* _Task to carry out_:
Scan the records below for the word "Tessellation". Copy each line where it appears.

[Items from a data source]
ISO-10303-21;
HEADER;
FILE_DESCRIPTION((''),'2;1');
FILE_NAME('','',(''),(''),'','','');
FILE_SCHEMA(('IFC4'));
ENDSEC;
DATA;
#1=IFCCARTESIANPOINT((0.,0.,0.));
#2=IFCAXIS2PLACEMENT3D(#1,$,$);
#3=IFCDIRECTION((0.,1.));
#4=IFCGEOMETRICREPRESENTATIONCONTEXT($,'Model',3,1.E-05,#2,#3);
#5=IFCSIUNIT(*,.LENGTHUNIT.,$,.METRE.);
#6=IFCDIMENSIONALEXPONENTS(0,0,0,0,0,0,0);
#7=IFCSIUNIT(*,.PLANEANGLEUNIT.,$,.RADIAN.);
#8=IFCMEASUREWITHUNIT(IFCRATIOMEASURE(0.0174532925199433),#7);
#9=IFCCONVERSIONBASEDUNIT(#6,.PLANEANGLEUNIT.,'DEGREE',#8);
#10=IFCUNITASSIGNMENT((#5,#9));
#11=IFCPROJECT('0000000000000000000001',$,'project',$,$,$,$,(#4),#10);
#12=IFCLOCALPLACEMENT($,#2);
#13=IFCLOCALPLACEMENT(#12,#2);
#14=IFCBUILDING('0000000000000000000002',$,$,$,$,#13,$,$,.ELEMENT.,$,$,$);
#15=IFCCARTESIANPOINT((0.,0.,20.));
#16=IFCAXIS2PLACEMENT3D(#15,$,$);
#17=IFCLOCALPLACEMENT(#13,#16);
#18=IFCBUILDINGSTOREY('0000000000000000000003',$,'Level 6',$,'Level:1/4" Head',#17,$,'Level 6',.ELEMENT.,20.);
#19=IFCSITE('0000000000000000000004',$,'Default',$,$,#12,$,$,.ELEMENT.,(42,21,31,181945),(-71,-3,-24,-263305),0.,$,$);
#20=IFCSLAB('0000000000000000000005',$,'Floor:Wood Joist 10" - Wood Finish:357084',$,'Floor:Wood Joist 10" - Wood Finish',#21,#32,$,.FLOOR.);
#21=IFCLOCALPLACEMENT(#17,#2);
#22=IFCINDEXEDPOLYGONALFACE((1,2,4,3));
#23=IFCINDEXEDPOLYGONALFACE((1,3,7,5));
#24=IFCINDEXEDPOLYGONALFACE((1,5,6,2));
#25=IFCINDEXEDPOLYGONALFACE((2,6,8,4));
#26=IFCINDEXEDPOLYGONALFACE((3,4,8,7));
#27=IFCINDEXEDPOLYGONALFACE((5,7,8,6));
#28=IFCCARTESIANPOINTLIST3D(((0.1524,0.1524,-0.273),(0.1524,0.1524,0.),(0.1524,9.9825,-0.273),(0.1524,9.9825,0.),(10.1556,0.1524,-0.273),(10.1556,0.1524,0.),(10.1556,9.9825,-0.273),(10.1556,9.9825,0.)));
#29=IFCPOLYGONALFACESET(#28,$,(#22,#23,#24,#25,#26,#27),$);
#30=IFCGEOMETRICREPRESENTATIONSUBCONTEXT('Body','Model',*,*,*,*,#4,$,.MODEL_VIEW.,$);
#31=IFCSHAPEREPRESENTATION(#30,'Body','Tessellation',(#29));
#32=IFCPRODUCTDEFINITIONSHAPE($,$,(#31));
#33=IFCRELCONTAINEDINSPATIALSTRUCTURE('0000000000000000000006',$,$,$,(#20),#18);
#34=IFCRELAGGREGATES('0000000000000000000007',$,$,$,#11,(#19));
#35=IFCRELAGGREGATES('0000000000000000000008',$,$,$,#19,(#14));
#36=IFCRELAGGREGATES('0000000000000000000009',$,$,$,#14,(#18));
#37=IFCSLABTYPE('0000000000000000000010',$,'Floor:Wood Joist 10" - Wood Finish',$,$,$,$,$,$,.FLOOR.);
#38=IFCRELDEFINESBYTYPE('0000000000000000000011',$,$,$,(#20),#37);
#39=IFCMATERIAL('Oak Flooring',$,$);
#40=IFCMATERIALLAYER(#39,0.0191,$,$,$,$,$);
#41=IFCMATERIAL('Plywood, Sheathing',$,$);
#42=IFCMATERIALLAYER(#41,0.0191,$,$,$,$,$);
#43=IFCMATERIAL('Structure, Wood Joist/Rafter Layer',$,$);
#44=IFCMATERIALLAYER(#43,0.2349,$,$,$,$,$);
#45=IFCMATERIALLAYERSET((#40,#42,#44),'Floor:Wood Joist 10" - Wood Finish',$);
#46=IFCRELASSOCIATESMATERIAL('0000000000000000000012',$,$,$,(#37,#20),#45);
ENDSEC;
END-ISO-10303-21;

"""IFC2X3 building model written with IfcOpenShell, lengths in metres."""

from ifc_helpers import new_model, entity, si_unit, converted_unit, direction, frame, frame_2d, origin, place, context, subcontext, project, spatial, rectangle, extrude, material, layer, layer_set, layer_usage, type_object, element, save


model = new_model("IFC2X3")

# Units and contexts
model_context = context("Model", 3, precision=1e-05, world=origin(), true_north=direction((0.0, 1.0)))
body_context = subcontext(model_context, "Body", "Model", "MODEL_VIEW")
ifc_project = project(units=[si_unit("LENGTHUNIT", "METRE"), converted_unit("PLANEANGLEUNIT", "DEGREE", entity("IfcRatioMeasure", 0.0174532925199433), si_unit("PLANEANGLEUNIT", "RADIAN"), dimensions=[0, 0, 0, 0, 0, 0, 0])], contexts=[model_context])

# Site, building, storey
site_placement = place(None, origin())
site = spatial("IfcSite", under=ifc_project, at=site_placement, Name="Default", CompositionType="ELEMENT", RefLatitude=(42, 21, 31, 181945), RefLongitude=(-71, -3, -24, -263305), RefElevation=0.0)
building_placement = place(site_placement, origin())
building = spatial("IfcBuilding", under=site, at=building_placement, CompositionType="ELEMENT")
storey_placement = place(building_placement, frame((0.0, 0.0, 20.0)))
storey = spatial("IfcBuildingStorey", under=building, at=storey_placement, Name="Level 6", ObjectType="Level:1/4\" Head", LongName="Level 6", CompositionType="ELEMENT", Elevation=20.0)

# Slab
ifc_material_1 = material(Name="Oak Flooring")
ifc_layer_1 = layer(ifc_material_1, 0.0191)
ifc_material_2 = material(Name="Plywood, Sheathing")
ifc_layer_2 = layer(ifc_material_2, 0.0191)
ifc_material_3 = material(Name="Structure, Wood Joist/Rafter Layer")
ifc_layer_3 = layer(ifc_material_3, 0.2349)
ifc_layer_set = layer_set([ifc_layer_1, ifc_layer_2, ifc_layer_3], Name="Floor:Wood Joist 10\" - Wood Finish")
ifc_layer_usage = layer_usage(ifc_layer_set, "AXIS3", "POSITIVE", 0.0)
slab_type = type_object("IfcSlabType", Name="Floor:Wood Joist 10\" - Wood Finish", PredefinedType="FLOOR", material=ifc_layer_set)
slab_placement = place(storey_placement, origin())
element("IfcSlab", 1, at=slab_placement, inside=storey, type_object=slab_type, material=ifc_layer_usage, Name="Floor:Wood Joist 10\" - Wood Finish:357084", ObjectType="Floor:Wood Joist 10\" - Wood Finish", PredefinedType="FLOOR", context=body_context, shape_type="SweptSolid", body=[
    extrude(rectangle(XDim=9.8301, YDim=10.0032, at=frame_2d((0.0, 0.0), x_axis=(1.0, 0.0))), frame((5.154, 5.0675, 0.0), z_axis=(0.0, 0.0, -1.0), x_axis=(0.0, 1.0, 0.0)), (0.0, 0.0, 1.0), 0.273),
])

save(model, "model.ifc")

---

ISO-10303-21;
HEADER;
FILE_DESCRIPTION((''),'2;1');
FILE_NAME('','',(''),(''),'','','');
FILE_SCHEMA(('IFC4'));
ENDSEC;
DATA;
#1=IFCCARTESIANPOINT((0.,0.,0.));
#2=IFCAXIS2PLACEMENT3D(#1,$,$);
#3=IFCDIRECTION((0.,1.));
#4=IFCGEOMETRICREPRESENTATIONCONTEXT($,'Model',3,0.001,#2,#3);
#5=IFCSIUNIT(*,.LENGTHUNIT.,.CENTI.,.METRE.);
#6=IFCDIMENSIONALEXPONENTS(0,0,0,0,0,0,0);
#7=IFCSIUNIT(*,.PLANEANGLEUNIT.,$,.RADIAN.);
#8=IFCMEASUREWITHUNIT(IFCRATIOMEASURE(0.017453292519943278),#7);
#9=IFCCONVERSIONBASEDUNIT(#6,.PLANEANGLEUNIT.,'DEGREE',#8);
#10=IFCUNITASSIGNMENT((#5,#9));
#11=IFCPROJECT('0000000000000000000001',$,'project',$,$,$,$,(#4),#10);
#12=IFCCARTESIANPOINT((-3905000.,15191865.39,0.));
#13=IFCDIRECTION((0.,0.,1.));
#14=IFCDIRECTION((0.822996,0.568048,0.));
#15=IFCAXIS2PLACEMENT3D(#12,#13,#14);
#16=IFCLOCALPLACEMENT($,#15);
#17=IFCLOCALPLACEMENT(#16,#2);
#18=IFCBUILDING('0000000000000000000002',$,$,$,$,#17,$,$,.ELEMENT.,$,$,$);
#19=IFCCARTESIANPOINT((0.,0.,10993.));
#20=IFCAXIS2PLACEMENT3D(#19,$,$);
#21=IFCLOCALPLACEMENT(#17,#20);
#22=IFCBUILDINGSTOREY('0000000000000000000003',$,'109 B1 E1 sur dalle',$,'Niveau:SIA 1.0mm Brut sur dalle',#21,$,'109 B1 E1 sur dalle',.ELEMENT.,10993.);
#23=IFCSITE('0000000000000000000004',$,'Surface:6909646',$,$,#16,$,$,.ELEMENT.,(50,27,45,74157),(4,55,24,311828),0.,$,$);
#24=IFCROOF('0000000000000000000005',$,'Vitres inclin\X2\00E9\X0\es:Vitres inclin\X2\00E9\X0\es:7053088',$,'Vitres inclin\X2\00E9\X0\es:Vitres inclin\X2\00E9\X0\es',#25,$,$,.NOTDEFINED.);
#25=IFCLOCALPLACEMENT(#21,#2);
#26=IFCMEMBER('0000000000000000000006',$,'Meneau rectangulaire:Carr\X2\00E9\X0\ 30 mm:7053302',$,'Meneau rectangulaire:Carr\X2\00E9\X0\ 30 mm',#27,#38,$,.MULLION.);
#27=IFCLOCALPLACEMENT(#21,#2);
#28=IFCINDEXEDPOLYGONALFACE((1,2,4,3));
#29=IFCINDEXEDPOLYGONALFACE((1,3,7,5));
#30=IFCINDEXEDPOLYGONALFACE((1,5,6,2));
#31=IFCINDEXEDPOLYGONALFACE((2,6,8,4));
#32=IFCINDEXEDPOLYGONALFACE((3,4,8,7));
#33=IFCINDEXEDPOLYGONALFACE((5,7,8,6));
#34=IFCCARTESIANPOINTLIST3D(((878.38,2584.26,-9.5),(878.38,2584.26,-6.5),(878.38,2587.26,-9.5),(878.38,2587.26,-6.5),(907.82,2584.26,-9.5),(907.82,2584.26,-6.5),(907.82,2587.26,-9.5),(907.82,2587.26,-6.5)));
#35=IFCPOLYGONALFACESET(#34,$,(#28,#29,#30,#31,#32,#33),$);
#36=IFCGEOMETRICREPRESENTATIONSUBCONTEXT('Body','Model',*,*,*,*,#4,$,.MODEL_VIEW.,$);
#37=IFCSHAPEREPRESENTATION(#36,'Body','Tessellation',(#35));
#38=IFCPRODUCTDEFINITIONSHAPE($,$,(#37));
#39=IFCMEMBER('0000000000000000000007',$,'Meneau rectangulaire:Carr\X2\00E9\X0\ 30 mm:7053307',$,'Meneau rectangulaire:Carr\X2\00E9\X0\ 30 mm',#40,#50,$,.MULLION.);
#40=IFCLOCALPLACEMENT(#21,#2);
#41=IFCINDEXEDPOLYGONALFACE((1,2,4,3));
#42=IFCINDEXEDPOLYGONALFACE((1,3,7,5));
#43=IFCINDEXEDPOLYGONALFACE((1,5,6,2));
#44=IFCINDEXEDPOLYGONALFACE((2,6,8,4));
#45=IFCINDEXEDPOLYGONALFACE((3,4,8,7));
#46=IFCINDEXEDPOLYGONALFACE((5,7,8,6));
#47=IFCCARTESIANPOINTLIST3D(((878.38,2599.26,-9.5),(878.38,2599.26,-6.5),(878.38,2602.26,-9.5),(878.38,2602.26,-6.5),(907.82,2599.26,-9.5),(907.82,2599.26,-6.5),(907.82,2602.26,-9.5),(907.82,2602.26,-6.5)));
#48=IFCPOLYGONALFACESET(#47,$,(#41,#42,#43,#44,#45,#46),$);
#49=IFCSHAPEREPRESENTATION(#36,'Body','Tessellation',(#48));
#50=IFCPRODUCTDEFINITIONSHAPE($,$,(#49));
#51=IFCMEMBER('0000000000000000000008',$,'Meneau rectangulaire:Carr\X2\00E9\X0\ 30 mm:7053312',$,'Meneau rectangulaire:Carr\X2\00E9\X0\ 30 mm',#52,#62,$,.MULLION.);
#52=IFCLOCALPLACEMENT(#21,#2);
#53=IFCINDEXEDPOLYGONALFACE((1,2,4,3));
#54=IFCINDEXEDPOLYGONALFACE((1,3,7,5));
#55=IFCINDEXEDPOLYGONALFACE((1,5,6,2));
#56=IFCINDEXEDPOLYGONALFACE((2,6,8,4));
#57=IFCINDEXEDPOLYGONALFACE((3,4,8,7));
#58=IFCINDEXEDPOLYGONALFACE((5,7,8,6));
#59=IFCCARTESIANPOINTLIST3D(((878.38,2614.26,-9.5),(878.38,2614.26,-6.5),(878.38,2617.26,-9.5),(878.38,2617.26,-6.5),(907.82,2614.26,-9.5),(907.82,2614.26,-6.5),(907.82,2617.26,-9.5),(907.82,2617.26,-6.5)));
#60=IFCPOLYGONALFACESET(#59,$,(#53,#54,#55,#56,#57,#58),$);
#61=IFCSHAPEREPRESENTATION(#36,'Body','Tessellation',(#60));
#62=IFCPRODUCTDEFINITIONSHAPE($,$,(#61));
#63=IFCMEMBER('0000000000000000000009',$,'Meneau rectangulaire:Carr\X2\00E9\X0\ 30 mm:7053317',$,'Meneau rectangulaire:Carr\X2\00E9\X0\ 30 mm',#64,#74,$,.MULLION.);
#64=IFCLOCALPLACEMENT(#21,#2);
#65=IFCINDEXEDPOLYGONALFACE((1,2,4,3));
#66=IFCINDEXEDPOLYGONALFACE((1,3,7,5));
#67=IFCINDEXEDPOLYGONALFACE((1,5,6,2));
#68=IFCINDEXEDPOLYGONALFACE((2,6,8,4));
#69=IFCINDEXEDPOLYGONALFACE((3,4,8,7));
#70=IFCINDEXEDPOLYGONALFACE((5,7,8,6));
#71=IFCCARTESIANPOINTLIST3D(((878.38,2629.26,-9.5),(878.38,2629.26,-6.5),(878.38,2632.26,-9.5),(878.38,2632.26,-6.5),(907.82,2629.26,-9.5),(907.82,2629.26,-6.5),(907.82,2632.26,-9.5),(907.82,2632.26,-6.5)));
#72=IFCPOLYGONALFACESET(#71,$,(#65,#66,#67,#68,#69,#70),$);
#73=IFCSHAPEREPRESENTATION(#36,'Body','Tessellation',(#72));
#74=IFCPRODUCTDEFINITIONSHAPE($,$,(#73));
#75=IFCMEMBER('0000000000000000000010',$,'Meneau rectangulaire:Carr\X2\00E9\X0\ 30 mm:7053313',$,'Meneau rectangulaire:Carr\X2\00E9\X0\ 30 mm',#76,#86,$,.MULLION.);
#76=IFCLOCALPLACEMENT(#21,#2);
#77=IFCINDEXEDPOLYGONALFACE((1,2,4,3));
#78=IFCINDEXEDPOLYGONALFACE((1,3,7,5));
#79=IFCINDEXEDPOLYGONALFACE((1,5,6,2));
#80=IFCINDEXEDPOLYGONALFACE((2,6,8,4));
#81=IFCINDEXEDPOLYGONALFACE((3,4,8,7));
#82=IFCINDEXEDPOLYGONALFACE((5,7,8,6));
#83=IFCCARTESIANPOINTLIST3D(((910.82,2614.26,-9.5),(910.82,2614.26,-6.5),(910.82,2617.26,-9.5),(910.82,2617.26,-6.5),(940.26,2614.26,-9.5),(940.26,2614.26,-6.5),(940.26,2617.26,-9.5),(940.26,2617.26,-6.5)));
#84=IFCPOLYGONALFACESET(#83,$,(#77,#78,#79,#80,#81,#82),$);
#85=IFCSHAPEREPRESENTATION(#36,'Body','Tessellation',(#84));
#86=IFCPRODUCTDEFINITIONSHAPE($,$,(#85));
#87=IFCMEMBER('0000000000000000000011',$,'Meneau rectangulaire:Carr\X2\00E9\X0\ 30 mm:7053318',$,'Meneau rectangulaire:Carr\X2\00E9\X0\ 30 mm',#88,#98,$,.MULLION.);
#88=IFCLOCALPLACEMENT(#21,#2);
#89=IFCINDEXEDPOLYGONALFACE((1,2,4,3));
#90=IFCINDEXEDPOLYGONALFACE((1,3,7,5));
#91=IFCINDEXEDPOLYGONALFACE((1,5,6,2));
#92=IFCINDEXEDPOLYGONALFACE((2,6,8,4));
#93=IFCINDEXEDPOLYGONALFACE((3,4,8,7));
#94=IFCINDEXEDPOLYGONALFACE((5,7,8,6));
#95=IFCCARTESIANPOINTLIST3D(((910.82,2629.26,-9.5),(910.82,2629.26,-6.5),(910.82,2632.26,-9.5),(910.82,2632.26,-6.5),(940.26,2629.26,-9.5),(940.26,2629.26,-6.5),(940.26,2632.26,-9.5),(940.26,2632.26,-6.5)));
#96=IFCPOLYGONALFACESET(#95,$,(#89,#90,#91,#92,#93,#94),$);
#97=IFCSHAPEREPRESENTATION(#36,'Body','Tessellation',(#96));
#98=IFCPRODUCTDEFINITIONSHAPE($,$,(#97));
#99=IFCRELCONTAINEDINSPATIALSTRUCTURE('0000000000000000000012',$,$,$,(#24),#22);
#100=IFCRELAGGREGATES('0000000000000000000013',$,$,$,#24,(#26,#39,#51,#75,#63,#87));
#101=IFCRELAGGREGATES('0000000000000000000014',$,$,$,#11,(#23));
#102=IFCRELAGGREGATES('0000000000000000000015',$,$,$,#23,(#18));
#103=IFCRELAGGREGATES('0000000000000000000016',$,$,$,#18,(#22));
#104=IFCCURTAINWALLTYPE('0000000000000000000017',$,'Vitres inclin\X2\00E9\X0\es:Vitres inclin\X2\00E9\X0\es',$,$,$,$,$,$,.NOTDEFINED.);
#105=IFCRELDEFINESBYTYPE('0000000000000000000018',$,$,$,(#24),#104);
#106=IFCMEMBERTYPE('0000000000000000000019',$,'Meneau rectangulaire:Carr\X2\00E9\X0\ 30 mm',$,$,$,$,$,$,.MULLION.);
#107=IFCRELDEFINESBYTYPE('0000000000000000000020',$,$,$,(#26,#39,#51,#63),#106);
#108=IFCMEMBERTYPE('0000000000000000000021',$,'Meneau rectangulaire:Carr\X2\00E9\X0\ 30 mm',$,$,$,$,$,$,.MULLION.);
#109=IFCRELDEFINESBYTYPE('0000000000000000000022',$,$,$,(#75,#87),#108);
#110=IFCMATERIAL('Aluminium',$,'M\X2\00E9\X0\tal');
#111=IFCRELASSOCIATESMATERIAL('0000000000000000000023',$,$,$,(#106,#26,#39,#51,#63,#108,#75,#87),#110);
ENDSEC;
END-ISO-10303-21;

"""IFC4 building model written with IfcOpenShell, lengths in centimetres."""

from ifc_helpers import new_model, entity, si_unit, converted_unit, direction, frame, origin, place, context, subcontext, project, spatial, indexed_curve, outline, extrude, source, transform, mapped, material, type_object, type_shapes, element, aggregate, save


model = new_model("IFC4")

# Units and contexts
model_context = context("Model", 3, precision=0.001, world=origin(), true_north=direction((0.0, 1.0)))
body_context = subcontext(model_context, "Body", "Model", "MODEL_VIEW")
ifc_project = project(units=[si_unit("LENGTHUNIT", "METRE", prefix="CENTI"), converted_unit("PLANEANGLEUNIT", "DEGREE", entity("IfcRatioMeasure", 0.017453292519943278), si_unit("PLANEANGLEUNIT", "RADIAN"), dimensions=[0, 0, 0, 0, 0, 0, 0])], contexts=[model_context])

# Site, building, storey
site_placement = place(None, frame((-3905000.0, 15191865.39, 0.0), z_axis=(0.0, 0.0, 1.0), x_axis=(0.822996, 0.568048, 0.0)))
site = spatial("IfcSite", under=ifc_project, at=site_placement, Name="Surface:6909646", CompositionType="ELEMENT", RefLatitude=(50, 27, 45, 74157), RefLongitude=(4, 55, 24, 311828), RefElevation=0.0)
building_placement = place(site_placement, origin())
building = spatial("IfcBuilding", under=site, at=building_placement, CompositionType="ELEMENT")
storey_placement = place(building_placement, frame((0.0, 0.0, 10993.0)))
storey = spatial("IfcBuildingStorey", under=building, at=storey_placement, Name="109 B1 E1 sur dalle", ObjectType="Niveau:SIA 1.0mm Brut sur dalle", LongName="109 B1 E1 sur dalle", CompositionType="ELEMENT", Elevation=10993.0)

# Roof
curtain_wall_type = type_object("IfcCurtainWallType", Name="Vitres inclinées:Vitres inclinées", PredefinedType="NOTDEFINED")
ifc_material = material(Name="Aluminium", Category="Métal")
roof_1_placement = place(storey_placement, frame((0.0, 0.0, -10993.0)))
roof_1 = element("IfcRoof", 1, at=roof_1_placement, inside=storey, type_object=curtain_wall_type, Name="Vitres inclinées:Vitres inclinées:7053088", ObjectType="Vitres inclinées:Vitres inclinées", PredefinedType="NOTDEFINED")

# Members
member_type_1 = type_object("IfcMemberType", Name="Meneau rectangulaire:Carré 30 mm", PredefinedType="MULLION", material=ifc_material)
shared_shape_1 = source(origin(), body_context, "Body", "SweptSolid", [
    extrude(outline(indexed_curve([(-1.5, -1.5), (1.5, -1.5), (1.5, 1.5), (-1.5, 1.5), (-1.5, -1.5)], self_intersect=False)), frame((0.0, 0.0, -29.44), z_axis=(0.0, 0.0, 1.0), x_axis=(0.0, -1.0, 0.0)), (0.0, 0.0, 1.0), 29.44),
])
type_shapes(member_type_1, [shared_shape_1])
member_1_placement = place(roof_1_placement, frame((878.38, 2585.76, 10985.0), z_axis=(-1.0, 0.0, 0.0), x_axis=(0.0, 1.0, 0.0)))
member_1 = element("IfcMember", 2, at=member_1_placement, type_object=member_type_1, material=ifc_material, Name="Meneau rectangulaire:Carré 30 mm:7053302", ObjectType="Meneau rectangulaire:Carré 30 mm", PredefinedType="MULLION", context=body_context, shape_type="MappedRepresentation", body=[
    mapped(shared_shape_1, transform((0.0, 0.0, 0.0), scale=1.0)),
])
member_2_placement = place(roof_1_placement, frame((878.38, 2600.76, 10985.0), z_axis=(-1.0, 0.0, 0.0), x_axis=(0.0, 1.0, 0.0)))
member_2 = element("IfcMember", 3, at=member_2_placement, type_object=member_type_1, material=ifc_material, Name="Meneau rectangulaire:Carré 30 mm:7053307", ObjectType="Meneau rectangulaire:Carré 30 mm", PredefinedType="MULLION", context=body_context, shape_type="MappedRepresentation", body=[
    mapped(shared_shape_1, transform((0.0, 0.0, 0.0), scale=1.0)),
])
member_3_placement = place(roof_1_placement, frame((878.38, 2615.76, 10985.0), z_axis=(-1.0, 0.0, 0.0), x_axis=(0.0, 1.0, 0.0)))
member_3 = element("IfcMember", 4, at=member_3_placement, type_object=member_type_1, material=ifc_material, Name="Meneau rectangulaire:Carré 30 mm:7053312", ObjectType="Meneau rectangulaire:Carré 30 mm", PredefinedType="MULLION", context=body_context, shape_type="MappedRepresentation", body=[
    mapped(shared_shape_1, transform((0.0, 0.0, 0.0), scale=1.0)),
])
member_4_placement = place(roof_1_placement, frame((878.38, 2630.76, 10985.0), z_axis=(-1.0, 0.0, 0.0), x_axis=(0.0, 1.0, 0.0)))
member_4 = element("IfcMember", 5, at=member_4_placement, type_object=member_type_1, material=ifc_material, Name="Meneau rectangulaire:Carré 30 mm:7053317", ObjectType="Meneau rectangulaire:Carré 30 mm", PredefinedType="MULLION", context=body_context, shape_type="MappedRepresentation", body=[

* _Response to the task_:
#31=IFCSHAPEREPRESENTATION(#30,'Body','Tessellation',(#29));
#37=IFCSHAPEREPRESENTATION(#36,'Body','Tessellation',(#35));
#49=IFCSHAPEREPRESENTATION(#36,'Body','Tessellation',(#48));
#61=IFCSHAPEREPRESENTATION(#36,'Body','Tessellation',(#60));
#73=IFCSHAPEREPRESENTATION(#36,'Body','Tessellation',(#72));
#85=IFCSHAPEREPRESENTATION(#36,'Body','Tessellation',(#84));
#97=IFCSHAPEREPRESENTATION(#36,'Body','Tessellation',(#96));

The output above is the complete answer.